Ok, my brute is having issues. I thought my tuning/jetting was off a little because before it would backfire through the carbs some at idle and part throttle. I worked on it til I figured I needed outside help. I took the brute to CATVOS and bought a HMF slip-on from them and gave them my stage one jet kit to do a re-tune. They installed the pipe and jetted the brute and the jetting/tuning is good now. Problem is it now backfires through the exhaust at idle. Once I give it some gas it clears right up and the power is amazing so its not affecting that part of it. CATVOS tried the same things I did when it was poping thru the carbs. They exchanged the Dyna with the stock CDI and it didn't help so they tried the coils from another brute to see if it was those and it didn't help.

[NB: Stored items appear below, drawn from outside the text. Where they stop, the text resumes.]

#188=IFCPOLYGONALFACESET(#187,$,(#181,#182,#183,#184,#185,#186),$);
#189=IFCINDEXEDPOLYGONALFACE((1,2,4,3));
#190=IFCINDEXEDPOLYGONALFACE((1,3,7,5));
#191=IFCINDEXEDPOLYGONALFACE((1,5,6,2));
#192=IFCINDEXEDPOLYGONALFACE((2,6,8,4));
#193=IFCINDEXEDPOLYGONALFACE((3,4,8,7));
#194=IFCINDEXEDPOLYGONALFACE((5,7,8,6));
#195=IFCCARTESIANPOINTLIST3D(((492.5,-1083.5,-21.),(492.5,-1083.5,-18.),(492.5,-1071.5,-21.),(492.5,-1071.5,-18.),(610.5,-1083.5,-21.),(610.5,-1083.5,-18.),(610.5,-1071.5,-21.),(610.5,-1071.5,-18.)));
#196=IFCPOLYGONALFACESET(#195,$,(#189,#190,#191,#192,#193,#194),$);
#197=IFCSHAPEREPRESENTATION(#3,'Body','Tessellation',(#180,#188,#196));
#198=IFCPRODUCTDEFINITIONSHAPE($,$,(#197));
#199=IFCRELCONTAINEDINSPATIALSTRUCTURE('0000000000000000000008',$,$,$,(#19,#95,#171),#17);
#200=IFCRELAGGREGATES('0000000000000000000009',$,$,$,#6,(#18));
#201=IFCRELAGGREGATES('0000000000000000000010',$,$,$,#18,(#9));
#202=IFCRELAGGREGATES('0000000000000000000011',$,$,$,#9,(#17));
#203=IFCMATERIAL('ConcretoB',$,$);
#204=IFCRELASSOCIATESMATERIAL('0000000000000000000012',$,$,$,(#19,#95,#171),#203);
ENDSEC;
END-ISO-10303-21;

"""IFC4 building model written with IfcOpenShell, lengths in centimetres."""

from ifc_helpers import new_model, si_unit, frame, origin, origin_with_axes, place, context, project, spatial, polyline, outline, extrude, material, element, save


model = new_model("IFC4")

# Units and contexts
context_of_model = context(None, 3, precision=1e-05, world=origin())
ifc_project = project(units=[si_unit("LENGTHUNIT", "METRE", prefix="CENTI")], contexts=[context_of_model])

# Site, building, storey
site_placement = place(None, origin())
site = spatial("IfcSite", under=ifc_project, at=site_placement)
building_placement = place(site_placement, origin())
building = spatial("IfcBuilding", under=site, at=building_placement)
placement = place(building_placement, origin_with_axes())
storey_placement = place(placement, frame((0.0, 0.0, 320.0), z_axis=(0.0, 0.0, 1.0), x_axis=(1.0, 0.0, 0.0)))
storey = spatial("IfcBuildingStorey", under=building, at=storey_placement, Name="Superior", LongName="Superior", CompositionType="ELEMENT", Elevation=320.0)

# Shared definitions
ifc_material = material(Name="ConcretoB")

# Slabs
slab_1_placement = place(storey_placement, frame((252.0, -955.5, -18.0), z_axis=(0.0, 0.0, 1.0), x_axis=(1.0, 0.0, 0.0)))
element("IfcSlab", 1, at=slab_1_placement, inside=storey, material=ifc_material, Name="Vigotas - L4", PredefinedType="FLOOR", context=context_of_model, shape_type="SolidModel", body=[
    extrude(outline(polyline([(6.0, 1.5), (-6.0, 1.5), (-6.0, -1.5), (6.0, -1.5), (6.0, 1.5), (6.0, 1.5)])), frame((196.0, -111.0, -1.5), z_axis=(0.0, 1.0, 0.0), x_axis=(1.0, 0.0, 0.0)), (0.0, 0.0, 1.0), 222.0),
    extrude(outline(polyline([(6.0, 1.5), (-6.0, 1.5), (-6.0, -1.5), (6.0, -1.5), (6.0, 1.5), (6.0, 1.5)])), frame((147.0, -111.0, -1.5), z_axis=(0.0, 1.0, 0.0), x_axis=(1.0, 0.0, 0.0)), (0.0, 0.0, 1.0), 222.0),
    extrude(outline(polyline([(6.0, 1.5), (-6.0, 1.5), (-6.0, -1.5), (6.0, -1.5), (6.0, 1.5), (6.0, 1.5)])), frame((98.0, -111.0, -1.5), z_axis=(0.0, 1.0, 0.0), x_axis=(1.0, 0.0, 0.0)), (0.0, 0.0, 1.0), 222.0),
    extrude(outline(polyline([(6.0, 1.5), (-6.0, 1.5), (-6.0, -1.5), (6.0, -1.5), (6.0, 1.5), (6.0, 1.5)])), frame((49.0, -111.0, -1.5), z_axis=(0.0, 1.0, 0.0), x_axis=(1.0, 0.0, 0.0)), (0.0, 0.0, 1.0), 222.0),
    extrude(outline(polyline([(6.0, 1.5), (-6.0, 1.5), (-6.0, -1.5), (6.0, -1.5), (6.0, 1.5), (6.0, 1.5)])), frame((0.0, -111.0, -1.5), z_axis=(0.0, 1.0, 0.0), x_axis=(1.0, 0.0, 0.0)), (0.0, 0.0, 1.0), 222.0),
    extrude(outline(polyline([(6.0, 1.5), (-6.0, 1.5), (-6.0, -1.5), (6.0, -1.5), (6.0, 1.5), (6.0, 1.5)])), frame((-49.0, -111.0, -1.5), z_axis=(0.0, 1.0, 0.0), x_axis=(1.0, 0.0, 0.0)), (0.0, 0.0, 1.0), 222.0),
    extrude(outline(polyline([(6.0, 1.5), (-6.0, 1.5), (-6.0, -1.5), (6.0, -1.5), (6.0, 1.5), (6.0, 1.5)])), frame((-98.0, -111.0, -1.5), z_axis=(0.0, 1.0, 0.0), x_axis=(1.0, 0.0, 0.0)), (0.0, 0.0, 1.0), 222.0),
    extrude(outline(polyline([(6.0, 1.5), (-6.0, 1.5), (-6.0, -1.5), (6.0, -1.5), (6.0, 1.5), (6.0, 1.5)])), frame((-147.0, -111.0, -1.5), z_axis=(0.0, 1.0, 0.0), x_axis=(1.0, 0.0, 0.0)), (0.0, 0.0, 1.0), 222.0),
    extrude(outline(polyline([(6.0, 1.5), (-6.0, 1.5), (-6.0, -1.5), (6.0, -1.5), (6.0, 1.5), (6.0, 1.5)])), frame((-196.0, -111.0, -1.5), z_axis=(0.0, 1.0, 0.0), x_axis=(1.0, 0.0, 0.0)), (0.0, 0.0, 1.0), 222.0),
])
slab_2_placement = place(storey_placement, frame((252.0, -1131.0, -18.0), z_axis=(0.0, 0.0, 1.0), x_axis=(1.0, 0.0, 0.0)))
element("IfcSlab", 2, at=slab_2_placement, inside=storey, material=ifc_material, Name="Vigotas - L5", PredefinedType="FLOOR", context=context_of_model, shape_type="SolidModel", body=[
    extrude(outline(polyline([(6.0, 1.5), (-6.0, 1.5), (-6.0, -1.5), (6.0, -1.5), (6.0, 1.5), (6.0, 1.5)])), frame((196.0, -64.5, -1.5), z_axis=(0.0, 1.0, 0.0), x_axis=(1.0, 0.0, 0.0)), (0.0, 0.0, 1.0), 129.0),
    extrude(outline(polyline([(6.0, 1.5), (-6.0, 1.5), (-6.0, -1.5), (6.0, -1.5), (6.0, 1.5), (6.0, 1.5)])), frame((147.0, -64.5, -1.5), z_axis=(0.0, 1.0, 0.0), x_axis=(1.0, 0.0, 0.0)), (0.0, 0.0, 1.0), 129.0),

The plugs are good. Obviously its not a restriction in the exhaust so what would cause this? The choke moves freely also.
The brute started doing this after it sat for about 8 months and I ran seafoam through it and it has had a couple of tanks of fuel ran threw it since then.


----------



## NMKawierider (Apr 11, 2009)

And the valves...they are all set correctly? Have you taken a compression test on both cylinders to see if there is any real difference? Has anyone taken a gas analyzer to see where all the levels are at different RPMs? Notice any leakage around the pipe flange areas? Might have a leaking exhaust gasket.


----------



## RDs Neighbor (Jun 24, 2009)

Try adjusting the fuel air mixture screw on both carbs. Go an 1/8 turn in, and then an 1/8 turn out, and see which way is better, and then continue in that direction until it clears up. 

I would try that first.


----------



## phreebsd (Dec 16, 2004)

that's what i would do as well. A/f mixture.


----------



## zacksbf (Sep 11, 2009)

I will try the A/F settings and see if it clears up and let everyone know what I find. The valves have not been adjusted yet so I will plan on doing that after mudstock. I was orginally concerned about it being the valves but because it clears up sometimes and then comes back it doesn't seem to be a valve problem.


----------